Born in 1978, is a journalist specializing in education, social issues and society. She studied psychology in Giessen and then worked for the "Suddeutsche Zeitung" newspaper volonteered. Since 2010, she has worked as an author and freelance editor in Berlin, including for the Berlin-based "Tagesspiegel", the business magazine "brand eins and the language learning magazine "Deutsch perfekt
Numerical grades from 1 to 6 are as much a part of school as lessons, class trips and snacks. But grades have been criticized for decades. They are considered unfair, arbitrary, not comparable. Why then are they still given almost everywhere?
alt="A boy is holding a report card in a classroom of the middle school St. Stephan in Straubing (Lower Bavaria) holds his interim report card in his hand." width="620" height="413" /> A boy holds a test in a classroom of the middle school St. Stephan in Straubing (Lower Bavaria) holding his midterm report card. (© picture-alliance/dpa)
If you get a 1 in math, you can be happy about your top performance; if you get a 3, you know that you are average; and if you get a 6, you know that your math performance this school year is "insufficient" was. Grades summarize information in numbers that can be understood at a glance.

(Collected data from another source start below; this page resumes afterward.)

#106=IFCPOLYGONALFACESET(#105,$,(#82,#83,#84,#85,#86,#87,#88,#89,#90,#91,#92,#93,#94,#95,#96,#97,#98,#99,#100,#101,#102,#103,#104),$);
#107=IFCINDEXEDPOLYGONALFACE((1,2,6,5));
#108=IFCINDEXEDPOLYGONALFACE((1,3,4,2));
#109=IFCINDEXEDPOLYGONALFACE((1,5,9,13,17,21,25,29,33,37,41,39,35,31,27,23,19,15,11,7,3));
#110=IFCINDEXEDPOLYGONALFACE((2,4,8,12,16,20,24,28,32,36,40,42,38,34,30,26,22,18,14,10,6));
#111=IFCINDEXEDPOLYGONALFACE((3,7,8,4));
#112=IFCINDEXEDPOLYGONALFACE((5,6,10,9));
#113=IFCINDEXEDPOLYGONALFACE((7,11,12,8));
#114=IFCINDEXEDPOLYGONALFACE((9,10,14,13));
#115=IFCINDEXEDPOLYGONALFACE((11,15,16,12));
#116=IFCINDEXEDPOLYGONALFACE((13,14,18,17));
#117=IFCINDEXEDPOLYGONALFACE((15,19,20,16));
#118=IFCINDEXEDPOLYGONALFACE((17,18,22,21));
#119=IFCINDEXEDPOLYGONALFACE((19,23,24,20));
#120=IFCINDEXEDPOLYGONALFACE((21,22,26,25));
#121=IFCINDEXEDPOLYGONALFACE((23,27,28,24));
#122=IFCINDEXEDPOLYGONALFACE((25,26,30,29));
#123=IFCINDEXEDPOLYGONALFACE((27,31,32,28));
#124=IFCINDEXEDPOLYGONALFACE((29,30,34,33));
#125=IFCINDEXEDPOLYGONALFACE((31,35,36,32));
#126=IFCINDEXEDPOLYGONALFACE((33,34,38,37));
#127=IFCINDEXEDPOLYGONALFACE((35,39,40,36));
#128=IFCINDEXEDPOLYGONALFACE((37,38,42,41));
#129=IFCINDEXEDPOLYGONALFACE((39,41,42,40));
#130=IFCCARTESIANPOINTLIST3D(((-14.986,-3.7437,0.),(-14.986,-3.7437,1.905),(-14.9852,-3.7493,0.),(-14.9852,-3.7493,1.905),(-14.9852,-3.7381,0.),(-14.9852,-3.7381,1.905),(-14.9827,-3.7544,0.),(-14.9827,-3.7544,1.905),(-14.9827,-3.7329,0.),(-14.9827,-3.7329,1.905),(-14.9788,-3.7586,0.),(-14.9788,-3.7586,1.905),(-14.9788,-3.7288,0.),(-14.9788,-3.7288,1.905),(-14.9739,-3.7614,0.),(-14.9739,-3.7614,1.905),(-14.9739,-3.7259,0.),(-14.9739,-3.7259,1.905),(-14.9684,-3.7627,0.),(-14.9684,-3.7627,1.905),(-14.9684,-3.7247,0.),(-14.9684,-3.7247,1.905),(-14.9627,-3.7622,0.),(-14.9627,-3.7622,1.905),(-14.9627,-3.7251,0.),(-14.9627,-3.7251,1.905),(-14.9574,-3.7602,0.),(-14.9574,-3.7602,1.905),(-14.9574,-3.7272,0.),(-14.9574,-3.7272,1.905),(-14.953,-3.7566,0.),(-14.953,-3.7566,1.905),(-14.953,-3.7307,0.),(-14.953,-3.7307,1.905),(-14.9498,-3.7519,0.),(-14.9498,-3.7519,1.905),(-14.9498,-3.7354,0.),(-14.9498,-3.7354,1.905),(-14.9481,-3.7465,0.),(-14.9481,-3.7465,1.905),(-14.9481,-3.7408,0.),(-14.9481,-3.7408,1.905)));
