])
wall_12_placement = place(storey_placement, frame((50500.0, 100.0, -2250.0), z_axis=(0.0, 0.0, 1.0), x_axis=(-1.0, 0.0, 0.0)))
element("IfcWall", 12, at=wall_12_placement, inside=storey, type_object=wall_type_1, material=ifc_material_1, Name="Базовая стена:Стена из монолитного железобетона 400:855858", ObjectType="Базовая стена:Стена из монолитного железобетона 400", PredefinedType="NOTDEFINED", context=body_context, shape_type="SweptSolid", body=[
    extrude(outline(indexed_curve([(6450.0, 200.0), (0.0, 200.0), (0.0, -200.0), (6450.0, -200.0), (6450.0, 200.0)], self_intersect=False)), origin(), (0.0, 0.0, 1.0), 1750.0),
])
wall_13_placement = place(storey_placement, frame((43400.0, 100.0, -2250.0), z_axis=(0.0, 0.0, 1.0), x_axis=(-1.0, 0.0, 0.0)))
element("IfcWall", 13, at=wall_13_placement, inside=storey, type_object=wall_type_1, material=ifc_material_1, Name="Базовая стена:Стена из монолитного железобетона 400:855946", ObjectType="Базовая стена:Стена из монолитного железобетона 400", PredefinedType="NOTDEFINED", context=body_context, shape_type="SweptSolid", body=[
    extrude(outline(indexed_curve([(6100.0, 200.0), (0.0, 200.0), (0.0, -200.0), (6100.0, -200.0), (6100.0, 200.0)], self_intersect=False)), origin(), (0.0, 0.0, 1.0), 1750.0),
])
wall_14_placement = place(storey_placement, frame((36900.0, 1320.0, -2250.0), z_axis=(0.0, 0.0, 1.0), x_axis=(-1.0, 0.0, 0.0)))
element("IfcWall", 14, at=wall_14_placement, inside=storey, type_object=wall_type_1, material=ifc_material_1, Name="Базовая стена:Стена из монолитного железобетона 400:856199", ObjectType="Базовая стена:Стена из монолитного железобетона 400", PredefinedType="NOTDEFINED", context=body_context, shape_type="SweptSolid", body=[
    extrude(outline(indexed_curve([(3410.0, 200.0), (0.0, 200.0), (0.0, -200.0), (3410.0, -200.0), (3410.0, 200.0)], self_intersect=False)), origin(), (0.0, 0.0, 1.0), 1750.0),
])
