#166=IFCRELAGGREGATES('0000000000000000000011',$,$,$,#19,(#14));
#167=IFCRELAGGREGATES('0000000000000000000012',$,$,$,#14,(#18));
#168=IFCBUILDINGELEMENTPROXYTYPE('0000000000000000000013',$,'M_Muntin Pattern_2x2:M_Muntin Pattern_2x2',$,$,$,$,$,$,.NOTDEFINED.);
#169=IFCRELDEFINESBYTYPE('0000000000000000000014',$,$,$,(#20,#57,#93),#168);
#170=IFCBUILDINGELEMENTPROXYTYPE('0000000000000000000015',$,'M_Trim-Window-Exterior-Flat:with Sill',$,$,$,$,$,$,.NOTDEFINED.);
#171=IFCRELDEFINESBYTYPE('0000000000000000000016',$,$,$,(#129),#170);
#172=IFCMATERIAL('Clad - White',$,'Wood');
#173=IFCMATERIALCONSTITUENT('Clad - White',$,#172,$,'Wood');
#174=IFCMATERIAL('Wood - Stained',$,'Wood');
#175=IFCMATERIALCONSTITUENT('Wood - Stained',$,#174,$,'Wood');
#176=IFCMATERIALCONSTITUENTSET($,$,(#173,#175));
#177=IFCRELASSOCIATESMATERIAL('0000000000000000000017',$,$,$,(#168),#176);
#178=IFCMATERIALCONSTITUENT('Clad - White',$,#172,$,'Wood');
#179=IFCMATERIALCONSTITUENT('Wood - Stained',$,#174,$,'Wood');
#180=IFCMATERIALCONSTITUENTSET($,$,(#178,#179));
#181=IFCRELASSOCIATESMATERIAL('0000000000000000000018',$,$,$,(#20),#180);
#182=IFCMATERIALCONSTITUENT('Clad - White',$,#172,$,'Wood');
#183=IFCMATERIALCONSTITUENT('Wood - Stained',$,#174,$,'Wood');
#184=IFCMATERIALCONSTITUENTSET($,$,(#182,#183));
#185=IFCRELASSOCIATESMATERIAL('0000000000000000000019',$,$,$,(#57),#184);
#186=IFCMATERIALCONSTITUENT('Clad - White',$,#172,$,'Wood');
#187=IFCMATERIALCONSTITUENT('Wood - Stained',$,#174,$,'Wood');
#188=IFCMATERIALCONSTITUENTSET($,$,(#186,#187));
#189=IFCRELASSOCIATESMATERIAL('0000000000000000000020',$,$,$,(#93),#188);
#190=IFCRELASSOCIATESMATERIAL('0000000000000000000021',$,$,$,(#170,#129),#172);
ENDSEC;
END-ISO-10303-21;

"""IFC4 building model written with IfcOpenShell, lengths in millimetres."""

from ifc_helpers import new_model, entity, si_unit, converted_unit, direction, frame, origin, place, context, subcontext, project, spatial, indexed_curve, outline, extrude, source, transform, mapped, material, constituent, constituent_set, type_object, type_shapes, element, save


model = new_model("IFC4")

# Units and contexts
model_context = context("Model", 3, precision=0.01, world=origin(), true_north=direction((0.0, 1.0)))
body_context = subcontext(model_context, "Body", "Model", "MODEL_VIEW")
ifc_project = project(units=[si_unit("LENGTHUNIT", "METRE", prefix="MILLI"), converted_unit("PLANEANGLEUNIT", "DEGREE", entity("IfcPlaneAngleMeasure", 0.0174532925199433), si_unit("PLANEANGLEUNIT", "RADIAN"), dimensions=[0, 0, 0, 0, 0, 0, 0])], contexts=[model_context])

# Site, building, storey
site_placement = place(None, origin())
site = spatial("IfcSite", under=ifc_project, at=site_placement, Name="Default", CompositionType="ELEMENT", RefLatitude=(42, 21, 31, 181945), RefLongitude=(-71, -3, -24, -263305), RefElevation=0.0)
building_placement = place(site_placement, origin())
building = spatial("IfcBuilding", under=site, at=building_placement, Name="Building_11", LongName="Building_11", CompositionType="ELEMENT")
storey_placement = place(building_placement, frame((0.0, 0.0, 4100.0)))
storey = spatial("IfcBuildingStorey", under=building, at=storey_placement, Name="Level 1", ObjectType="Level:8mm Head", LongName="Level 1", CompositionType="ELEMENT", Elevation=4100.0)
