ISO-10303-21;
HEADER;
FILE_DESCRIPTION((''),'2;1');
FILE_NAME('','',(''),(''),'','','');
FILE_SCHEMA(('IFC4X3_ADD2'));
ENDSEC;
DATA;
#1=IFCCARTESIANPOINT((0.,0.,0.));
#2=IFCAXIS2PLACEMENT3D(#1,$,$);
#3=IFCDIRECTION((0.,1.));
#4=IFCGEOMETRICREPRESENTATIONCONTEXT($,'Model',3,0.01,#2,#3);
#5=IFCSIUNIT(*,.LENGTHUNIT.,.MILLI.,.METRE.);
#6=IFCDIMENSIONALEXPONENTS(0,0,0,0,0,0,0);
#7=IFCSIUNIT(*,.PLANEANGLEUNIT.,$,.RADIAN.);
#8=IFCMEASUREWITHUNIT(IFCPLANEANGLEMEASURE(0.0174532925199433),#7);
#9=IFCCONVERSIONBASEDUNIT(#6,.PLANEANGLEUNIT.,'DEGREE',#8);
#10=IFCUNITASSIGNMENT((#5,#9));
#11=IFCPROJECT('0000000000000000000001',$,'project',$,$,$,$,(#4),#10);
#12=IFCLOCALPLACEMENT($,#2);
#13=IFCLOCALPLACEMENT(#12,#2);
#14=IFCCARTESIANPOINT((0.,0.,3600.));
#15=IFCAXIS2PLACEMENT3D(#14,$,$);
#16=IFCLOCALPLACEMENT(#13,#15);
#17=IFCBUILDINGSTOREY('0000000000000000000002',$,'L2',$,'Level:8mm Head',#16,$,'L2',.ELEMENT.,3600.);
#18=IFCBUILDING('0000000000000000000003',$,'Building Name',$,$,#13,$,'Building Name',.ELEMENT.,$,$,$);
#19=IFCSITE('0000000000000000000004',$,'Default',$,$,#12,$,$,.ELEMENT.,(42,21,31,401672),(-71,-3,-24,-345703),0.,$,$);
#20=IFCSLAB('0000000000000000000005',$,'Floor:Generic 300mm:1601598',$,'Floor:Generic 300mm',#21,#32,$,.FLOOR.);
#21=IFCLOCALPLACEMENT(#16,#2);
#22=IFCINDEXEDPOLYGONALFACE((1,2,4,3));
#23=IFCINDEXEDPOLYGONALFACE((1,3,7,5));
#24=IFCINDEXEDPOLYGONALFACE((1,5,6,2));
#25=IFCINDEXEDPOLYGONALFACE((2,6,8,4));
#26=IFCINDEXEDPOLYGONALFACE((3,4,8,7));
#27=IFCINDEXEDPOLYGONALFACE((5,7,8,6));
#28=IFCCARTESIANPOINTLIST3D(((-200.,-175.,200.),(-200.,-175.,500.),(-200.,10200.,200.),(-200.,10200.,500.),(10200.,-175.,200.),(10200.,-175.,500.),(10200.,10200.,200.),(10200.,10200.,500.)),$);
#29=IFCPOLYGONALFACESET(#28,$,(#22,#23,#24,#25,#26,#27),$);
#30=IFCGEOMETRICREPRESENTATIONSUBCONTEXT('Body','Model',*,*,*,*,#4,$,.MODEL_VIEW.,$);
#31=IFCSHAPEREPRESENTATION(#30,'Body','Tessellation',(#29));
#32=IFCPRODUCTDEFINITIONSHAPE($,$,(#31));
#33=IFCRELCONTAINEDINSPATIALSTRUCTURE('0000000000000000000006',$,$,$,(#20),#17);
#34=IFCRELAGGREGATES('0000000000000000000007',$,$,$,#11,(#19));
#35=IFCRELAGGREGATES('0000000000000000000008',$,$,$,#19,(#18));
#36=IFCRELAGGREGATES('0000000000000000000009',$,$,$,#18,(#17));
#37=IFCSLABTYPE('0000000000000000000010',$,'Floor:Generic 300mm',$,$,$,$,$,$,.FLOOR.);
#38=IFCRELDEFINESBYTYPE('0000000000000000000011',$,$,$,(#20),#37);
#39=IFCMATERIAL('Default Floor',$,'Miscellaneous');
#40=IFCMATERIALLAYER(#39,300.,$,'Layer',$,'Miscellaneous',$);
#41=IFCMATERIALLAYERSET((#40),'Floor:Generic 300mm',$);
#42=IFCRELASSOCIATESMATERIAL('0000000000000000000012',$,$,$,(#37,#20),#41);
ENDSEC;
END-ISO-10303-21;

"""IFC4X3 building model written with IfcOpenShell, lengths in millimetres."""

from ifc_helpers import new_model, entity, si_unit, converted_unit, direction, frame, frame_2d, origin, place, context, subcontext, project, spatial, rectangle, extrude, material, layer, layer_set, layer_usage, type_object, element, save


model = new_model("IFC4X3")

# Units and contexts
model_context = context("Model", 3, precision=0.01, world=origin(), true_north=direction((0.0, 1.0)))
body_context = subcontext(model_context, "Body", "Model", "MODEL_VIEW")
ifc_project = project(units=[si_unit("LENGTHUNIT", "METRE", prefix="MILLI"), converted_unit("PLANEANGLEUNIT", "DEGREE", entity("IfcPlaneAngleMeasure", 0.0174532925199433), si_unit("PLANEANGLEUNIT", "RADIAN"), dimensions=[0, 0, 0, 0, 0, 0, 0])], contexts=[model_context])

# Site, building, storey
site_placement = place(None, origin())
site = spatial("IfcSite", under=ifc_project, at=site_placement, Name="Default", CompositionType="ELEMENT", RefLatitude=(42, 21, 31, 401672), RefLongitude=(-71, -3, -24, -345703), RefElevation=0.0)
building_placement = place(site_placement, origin())
building = spatial("IfcBuilding", under=site, at=building_placement, Name="Building Name", LongName="Building Name", CompositionType="ELEMENT")
storey_placement = place(building_placement, frame((0.0, 0.0, 3600.0)))
storey = spatial("IfcBuildingStorey", under=building, at=storey_placement, Name="L2", ObjectType="Level:8mm Head", LongName="L2", CompositionType="ELEMENT", Elevation=3600.0)

# Slab
ifc_material = material(Name="Default Floor", Category="Miscellaneous")
ifc_layer = layer(ifc_material, 300.0, Name="Layer", Category="Miscellaneous")
ifc_layer_set = layer_set([ifc_layer], Name="Floor:Generic 300mm")
ifc_layer_usage = layer_usage(ifc_layer_set, "AXIS3", "POSITIVE", 0.0)
slab_type = type_object("IfcSlabType", Name="Floor:Generic 300mm", PredefinedType="FLOOR", material=ifc_layer_set)
slab_placement = place(storey_placement, origin())
element("IfcSlab", 1, at=slab_placement, inside=storey, type_object=slab_type, material=ifc_layer_usage, Name="Floor:Generic 300mm:1601598", ObjectType="Floor:Generic 300mm", PredefinedType="FLOOR", context=body_context, shape_type="SweptSolid", body=[
    extrude(rectangle(XDim=10375.0, YDim=10400.0, at=frame_2d((0.0, 0.0), x_axis=(1.0, 0.0))), frame((5000.0, 5012.5, 500.0), z_axis=(0.0, 0.0, -1.0), x_axis=(0.0, 1.0, 0.0)), (0.0, 0.0, 1.0), 300.0),
])

save(model, "model.ifc")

But this reduction to numbers has been criticized for many years. Grades are considered unfair, prone to bias, and poorly comparable. Primary school teachers in particular are campaigning to replace numerical grades with other forms of assessment. Waldorf schools and reformed model schools do without grades until the upper school years. Several German states are trying out alternatives to traditional grades. Are grades as bad as their critics claim? And if so: why are they still awarded everywhere? Who needs grades? An overview of key issues in the debate over numerical grades.
How can measurement methods be assessed – and what does this mean for school grades??
Many questions researchers are interested in can only be answered by counting and measuring phenomena. Because measurement plays such a central role in science, a number of quality criteria have been agreed upon that can be used to determine how good a measurement method really is. School grades are also measurements: For they claim to measure the performance of students, whether in a subject, a class assignment, or an oral examination. Therefore, the quality criteria for measurement established in science can also be applied to school grades. What conditions would grades have to fulfill in order to be considered a good measurement method??
- objectivity: Is a measurement procedure independent of the person who uses it?? This measures objectivity. A measurement is objective if different observers arrive at the same results. School grades would therefore be objective if different teachers assessed the performance of a student with the same grade.
- Reliability: Measures a measurement method reliably? This captures reliability. Among other things, a measurement is reliable if a person gets the same result when the measurement is repeated. For school grades, this means that they would be reliable if a student received the same grade if he or she wrote two papers with comparable tasks in succession.
- Validity: How well does a measurement method really measure what it is supposed to measure?? Validity (validity) is aimed at this question. For example, observations and measurement results from different sources are compared with each other. Consequently, school grades would be considered valid if students who achieved a good grade in one paper also did well in other examinations related to the same area of knowledge.
Question 1: What do grades measure??
What exactly does a 2 in German mean? Behind the number is a wealth of individual achievements. Critics of numerical grades say that a grade does not tell us what a child is really capable of. The German grade includes reading comprehension, written formulation, spelling and oral expression. Perhaps the student is excellent at phrasing, but has weaknesses in spelling? The overall grade, for which the average of several partial performances is calculated, compensates for such differences – and thus makes them invisible. In addition, there is the fundamental question of whether grades can capture the actual level of knowledge in a subject. To answer this question, educational researchers compare school grades with assessments from other sources, for example, with children’s performance on standardized tests. This was also done in the 2006 Pisa study, which examined the scientific literacy of 15-year-old students.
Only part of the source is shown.